Sholat tahajud hukum dasarnya adalah sunnah
REPUBLIKA.CO.ID, JAKARTA—Seorang istri telah merasakan kenikmatan sholat tahajud, lantaran tiap kesukaran yang ia hadapi bisa terselesaikan dengan baik apabila memohon petunjuk dan pertolongan kepada Allah SWT dengan sholat tahajud. Ia akan merasa malu terhadap Allah, apabila tidak melakukan sholat malam, seolah ia tidak tahu berterima kasih atas nikmat-Nya.
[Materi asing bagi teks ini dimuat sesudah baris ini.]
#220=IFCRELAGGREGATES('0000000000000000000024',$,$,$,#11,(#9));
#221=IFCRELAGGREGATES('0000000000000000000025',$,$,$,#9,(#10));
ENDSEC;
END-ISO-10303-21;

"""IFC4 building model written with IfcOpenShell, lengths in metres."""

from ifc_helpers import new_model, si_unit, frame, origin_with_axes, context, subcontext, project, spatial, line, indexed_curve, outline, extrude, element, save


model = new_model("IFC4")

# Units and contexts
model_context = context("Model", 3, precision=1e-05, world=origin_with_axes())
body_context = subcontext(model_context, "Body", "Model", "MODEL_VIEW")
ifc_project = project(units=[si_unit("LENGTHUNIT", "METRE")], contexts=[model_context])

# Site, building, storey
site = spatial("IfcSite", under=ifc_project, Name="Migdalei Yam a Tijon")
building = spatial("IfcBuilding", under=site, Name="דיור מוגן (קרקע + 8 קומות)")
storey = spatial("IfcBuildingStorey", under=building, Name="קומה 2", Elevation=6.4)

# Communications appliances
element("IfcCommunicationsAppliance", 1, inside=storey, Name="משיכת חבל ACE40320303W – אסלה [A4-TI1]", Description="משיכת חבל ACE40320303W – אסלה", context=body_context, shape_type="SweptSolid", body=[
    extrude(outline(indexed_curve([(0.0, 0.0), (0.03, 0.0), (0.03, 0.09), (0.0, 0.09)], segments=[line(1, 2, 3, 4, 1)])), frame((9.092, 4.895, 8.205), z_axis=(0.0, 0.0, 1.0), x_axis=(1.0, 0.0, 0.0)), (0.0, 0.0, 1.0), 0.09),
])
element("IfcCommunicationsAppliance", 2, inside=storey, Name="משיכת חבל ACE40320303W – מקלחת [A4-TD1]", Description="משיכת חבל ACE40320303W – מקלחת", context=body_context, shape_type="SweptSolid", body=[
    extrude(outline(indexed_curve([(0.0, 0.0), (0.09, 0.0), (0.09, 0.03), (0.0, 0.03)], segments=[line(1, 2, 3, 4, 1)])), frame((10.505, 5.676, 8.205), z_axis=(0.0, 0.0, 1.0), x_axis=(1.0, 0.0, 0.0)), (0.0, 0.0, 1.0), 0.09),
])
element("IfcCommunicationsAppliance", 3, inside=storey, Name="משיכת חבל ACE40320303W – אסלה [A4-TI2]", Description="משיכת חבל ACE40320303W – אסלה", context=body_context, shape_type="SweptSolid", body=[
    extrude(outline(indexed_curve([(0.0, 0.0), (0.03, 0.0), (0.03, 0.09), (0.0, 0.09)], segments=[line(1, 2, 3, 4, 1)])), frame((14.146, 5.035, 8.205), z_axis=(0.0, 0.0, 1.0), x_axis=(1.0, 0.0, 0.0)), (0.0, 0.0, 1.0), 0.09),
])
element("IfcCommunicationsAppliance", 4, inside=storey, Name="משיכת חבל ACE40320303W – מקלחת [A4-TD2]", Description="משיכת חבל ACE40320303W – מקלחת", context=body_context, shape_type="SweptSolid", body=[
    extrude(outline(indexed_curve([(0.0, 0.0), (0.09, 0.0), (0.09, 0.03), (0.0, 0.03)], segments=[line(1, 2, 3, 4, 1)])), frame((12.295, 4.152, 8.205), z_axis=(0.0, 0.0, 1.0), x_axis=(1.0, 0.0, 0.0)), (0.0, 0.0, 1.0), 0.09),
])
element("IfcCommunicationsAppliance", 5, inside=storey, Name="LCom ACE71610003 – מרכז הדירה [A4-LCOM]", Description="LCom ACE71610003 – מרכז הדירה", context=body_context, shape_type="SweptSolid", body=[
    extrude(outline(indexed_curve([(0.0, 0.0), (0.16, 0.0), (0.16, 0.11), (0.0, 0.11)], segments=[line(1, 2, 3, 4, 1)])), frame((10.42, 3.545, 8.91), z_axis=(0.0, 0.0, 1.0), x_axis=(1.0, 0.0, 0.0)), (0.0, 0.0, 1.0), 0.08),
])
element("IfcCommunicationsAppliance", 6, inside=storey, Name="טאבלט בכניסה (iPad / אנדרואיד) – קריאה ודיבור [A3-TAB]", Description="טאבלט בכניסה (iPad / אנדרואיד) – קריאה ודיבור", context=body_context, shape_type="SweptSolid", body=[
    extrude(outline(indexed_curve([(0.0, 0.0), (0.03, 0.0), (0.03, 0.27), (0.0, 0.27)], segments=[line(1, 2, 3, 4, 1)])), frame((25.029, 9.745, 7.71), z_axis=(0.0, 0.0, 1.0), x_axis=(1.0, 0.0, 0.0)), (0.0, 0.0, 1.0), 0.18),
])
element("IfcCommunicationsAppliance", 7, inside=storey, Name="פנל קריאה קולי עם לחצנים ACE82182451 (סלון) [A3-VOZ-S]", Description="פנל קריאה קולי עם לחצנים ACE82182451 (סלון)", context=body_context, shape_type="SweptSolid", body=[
Suatu kali ada seorang yang menegurnya. Si penegur itu mengatakan bahwa perbuatannya (sholat) itu tidak boleh dilakukan terus-menerus, apalagi sampai tidak tidur hingga subuh. Bahkan, ketika suaminya menghendaki untuk tidur bersamanya, si perempuan itu juga menyanggupinya setelah selesai sholat tahajud.
Dan karena hal seperti itu berulang kali ia lakukan, suaminya sering marah-marah. Bagaimana hukum perilaku istri yang demikian, mana lebih didahulukan antara sholat tahajud?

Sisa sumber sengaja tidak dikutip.